Segment Start: DATASET EXTRACT
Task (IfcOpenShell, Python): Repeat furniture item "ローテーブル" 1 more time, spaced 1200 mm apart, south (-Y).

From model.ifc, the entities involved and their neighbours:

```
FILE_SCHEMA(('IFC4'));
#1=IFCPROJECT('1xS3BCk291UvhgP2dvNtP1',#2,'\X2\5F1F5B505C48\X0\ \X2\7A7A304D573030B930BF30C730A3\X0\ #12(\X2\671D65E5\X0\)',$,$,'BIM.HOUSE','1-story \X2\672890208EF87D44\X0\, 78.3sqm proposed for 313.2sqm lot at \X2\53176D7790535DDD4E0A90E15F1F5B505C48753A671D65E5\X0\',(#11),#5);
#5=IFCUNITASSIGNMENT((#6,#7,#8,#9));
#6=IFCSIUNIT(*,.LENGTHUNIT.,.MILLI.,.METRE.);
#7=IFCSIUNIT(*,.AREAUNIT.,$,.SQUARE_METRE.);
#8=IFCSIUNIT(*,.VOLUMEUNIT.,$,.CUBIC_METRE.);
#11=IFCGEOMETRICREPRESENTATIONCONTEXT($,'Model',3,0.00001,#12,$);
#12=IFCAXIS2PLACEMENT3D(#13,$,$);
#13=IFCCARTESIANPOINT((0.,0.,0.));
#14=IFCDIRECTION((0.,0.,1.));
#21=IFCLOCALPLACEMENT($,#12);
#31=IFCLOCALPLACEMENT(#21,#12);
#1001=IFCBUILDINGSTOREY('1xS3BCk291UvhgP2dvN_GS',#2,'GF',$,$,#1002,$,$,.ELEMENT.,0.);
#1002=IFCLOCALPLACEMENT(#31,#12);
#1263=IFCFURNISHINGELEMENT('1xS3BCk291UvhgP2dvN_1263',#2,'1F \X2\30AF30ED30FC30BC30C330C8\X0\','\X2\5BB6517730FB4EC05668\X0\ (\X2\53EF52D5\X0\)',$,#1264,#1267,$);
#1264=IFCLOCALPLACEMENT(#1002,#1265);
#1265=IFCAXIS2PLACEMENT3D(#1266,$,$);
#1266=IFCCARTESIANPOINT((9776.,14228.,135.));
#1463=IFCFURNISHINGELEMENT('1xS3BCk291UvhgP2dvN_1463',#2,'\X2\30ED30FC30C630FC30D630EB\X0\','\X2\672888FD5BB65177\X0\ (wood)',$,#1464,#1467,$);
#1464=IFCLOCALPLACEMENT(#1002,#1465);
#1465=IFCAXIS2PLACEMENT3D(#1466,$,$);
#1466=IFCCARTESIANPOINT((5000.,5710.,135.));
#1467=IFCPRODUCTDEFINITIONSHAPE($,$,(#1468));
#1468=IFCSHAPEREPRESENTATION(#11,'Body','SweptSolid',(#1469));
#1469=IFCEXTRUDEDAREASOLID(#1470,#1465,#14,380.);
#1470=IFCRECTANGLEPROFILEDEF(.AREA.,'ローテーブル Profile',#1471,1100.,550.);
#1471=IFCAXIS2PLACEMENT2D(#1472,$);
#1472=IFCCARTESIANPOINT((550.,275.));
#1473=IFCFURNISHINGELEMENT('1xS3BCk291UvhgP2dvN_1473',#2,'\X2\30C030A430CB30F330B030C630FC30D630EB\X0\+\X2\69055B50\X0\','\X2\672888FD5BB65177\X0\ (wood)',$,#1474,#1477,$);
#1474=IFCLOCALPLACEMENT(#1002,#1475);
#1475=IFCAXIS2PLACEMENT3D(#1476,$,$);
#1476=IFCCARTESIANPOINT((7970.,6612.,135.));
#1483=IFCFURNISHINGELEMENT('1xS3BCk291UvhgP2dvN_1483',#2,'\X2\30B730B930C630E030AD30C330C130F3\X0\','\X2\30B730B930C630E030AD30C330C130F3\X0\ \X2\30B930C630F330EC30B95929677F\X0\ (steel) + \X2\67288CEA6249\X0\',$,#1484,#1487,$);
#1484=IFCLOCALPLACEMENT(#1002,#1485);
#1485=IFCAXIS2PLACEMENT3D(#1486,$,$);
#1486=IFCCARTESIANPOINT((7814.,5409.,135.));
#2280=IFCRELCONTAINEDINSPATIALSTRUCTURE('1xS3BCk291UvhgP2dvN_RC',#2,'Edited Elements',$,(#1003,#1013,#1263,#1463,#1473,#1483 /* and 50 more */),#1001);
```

```python
import numpy as np
import ifcopenshell
import ifcopenshell.api.geometry
import ifcopenshell.api.root
import ifcopenshell.util.element
import ifcopenshell.util.placement

model = ifcopenshell.open("model.ifc")


def reuse_history(source, copy):
    """copy_class also copies each property set's owner history, people and application; keep the originals."""
    for rel in copy.IsDefinedBy:
        if rel.is_a("IfcRelDefinesByProperties") and (history := rel.RelatingPropertyDefinition.OwnerHistory):
            rel.RelatingPropertyDefinition.OwnerHistory = source.OwnerHistory
            ifcopenshell.util.element.remove_deep2(model, history)


source = model.by_guid("1xS3BCk291UvhgP2dvN_1463")
base = ifcopenshell.util.placement.get_local_placement(source.ObjectPlacement)
step = np.array([0.0, -1.0, 0.0]) * 1200.0

for i in range(1, 2):
    copy = ifcopenshell.api.root.copy_class(model, product=source)
    copy.Representation = ifcopenshell.util.element.copy_deep(
        model, source.Representation, exclude=["IfcGeometricRepresentationContext", "IfcRepresentationMap"]
    )
    reuse_history(source, copy)
    matrix = base.copy()
    matrix[:3, 3] += i * step
    print("added at", matrix[:3, 3].round(3) + 0.0)
    ifcopenshell.api.geometry.edit_object_placement(model, product=copy, matrix=matrix, is_si=False)

model.write("model-out.ifc")
```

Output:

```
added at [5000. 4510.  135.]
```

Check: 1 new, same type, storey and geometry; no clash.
Segment End: DATASET EXTRACT
§ WHAT THIS TASK INVOLVES:
What is wanted is the number of lines holding "more" in the entries. Nothing else should be given.

§ TASK RESULT:
2